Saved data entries
###

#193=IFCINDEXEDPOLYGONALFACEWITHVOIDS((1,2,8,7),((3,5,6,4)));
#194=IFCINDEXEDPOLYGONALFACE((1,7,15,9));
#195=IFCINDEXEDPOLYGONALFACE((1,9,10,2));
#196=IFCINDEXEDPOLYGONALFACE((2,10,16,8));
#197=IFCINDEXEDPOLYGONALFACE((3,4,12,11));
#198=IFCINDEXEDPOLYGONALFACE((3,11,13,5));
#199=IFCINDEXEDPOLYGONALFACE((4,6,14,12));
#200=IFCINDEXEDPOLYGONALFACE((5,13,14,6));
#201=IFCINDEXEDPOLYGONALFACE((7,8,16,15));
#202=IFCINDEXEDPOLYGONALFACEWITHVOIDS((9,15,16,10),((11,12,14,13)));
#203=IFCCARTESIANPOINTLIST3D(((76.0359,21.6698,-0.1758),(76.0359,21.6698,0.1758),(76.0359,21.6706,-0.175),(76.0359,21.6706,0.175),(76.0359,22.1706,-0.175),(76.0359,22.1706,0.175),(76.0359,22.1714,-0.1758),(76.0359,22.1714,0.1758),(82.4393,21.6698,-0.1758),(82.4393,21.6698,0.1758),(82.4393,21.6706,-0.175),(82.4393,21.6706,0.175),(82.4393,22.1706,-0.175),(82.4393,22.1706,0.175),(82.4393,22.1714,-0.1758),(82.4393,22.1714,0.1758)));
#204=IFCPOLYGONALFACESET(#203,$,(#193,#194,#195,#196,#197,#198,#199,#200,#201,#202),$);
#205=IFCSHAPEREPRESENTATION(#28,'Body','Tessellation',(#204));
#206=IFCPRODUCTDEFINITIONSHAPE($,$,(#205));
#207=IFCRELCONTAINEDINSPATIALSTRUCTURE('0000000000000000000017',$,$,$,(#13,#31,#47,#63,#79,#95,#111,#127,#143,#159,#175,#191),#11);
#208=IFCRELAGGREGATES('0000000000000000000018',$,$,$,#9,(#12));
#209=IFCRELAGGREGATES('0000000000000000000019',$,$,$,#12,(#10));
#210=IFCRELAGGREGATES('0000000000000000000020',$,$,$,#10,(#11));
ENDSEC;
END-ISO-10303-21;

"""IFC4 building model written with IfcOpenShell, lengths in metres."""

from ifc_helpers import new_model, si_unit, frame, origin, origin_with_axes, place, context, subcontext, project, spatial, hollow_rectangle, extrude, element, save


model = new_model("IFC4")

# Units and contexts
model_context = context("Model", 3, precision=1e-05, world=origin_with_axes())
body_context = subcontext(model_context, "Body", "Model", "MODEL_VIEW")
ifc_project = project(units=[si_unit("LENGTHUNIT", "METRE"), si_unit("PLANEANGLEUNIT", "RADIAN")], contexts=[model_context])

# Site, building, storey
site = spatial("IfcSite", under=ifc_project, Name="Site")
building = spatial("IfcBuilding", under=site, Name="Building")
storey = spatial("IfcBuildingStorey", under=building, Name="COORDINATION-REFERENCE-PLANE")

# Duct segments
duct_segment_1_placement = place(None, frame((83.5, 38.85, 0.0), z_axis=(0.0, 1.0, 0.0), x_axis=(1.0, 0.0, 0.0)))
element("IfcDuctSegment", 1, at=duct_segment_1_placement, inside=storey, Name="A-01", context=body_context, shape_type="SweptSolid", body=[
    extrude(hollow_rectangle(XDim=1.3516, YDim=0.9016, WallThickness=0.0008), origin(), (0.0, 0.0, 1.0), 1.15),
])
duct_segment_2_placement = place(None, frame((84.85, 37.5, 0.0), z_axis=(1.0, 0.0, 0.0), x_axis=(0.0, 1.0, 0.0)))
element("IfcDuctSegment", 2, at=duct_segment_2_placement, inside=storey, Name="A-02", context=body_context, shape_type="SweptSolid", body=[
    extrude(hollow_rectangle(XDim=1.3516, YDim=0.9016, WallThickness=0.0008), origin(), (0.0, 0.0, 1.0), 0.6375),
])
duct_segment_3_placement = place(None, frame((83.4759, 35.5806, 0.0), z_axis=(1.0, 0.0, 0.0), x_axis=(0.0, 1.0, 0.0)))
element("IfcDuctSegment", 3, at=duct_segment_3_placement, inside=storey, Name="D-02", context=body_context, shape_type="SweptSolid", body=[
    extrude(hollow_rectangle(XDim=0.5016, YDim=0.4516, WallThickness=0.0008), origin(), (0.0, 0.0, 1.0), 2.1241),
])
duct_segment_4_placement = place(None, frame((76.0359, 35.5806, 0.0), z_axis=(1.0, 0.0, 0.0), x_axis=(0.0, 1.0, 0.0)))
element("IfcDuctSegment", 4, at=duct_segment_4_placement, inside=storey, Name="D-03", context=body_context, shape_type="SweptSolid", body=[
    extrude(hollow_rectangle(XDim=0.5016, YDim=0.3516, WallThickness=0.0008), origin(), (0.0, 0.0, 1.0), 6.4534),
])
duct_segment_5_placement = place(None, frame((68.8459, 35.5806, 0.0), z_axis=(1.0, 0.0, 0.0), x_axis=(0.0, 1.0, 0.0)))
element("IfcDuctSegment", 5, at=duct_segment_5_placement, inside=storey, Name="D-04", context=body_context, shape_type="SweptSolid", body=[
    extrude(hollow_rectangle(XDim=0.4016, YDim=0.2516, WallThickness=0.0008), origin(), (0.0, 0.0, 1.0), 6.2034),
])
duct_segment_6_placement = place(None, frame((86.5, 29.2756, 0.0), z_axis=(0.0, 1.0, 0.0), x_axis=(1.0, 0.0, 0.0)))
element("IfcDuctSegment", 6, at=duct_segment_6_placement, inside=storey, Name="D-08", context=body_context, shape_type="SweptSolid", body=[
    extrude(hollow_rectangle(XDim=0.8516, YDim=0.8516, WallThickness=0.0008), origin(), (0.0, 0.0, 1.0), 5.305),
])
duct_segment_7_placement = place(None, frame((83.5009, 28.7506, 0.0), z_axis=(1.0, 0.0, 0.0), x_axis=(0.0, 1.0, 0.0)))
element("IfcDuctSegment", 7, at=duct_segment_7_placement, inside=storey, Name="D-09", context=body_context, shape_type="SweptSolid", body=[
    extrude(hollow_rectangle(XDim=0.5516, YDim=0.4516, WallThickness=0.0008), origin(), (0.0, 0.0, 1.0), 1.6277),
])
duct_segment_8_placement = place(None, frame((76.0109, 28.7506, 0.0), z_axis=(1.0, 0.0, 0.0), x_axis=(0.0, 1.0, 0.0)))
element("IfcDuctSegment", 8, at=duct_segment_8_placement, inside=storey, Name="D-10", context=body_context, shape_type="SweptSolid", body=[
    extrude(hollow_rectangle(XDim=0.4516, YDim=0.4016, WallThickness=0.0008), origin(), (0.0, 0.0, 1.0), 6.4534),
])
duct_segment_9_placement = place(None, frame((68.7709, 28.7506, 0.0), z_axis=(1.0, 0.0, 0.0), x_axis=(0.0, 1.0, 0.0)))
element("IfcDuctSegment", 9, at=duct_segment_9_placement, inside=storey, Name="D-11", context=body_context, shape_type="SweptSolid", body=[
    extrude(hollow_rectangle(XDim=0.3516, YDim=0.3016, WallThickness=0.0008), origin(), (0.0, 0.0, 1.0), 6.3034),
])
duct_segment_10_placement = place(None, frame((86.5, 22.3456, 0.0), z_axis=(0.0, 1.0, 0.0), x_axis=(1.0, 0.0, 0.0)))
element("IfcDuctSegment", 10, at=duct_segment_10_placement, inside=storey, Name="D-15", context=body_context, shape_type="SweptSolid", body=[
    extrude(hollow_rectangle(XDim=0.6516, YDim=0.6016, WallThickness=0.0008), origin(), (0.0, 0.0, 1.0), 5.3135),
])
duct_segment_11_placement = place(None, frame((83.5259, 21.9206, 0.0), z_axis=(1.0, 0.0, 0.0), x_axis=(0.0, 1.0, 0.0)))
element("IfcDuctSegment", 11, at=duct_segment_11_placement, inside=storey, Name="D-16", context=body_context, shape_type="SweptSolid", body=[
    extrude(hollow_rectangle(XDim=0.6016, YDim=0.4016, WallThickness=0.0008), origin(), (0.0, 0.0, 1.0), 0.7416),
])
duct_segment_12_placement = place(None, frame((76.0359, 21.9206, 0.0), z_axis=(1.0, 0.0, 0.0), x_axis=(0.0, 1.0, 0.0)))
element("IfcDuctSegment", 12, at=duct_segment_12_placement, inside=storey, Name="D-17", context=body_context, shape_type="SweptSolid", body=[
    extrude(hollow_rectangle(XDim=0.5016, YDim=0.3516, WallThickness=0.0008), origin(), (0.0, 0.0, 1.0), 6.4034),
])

###

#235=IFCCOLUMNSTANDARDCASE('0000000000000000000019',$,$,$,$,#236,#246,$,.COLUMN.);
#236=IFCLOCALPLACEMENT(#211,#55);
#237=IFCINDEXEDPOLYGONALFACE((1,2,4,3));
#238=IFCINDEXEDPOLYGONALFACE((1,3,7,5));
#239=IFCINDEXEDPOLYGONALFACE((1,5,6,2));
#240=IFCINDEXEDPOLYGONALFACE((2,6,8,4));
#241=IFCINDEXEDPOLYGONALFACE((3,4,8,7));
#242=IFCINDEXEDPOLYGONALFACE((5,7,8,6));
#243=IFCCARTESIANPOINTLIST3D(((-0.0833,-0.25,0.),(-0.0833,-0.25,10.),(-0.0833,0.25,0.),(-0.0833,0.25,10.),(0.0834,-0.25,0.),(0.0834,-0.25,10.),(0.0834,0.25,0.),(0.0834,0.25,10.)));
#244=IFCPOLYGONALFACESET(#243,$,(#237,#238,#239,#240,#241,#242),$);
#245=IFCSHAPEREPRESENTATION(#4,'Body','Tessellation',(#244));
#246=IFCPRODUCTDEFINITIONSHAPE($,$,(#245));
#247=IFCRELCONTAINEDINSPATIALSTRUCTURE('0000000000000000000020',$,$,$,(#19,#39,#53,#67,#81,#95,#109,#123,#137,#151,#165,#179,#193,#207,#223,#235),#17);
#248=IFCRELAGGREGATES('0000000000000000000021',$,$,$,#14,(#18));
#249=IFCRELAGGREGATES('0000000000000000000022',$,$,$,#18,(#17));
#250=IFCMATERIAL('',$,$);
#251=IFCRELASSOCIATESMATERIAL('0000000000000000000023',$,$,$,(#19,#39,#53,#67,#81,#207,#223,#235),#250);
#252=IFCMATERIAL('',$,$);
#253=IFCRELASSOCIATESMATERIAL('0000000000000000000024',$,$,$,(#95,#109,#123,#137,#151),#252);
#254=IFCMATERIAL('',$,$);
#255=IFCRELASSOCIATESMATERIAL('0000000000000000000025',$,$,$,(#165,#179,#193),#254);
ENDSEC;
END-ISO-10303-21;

###

■ **EXERCISE DESCRIPTION**: Please give back, exactly as it stands above, the stretch from the line with "#193=IFCINDEXEDPOLYGONALFACEWITHVOIDS((1,2,8,7),((3,5,6,4)));" through the line with "#201=IFCINDEXEDPOLYGONALFACE((7,8,16,15));", and no line outside it.

■ **WRITTEN REPLY**:
#193=IFCINDEXEDPOLYGONALFACEWITHVOIDS((1,2,8,7),((3,5,6,4)));
#194=IFCINDEXEDPOLYGONALFACE((1,7,15,9));
#195=IFCINDEXEDPOLYGONALFACE((1,9,10,2));
#196=IFCINDEXEDPOLYGONALFACE((2,10,16,8));
#197=IFCINDEXEDPOLYGONALFACE((3,4,12,11));
#198=IFCINDEXEDPOLYGONALFACE((3,11,13,5));
#199=IFCINDEXEDPOLYGONALFACE((4,6,14,12));
#200=IFCINDEXEDPOLYGONALFACE((5,13,14,6));
#201=IFCINDEXEDPOLYGONALFACE((7,8,16,15));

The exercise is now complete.